Data to examine —
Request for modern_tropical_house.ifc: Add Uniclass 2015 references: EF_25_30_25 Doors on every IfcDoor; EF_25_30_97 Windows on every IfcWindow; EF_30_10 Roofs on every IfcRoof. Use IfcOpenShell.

First a look at what the model holds.

```python
import ifcopenshell

model = ifcopenshell.open("modern_tropical_house.ifc")
print(model.schema)
print("classifications:", [c.Name for c in model.by_type("IfcClassification")])
for ifc_class in ("IfcDoor", "IfcRoof", "IfcStair", "IfcWall", "IfcWindow"):
    print(ifc_class, len(model.by_type(ifc_class)))
```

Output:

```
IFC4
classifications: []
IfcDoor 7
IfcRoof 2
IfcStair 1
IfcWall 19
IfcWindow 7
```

```python
import ifcopenshell
import ifcopenshell.api.classification

model = ifcopenshell.open("modern_tropical_house.ifc")

system = ifcopenshell.api.classification.add_classification(model, classification="Uniclass 2015")

codes = {
    "IfcDoor": ("EF_25_30_25", "Doors"),
    "IfcWindow": ("EF_25_30_97", "Windows"),
    "IfcRoof": ("EF_30_10", "Roofs"),
}
for ifc_class, (code, name) in codes.items():
    products = model.by_type(ifc_class)
    ifcopenshell.api.classification.add_reference(
        model, products=products, classification=system, identification=code, name=name
    )
    print(code, len(products))

model.write("modern_tropical_house_updated.ifc")
```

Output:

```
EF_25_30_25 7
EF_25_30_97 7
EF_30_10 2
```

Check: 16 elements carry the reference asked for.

The problem — Set down every record once more, exactly as written.

Exercise response —
Request for modern_tropical_house.ifc: Add Uniclass 2015 references: EF_25_30_25 Doors on every IfcDoor; EF_25_30_97 Windows on every IfcWindow; EF_30_10 Roofs on every IfcRoof. Use IfcOpenShell.

First a look at what the model holds.

```python
import ifcopenshell

model = ifcopenshell.open("modern_tropical_house.ifc")
print(model.schema)
print("classifications:", [c.Name for c in model.by_type("IfcClassification")])
for ifc_class in ("IfcDoor", "IfcRoof", "IfcStair", "IfcWall", "IfcWindow"):
    print(ifc_class, len(model.by_type(ifc_class)))
```

Output:

```
IFC4
classifications: []
IfcDoor 7
IfcRoof 2
IfcStair 1
IfcWall 19
IfcWindow 7
```

```python
import ifcopenshell
import ifcopenshell.api.classification

model = ifcopenshell.open("modern_tropical_house.ifc")

system = ifcopenshell.api.classification.add_classification(model, classification="Uniclass 2015")

codes = {
    "IfcDoor": ("EF_25_30_25", "Doors"),
    "IfcWindow": ("EF_25_30_97", "Windows"),
    "IfcRoof": ("EF_30_10", "Roofs"),
}
for ifc_class, (code, name) in codes.items():
    products = model.by_type(ifc_class)
    ifcopenshell.api.classification.add_reference(
        model, products=products, classification=system, identification=code, name=name
    )
    print(code, len(products))

model.write("modern_tropical_house_updated.ifc")
```

Output:

```
EF_25_30_25 7
EF_25_30_97 7
EF_30_10 2
```

Check: 16 elements carry the reference asked for.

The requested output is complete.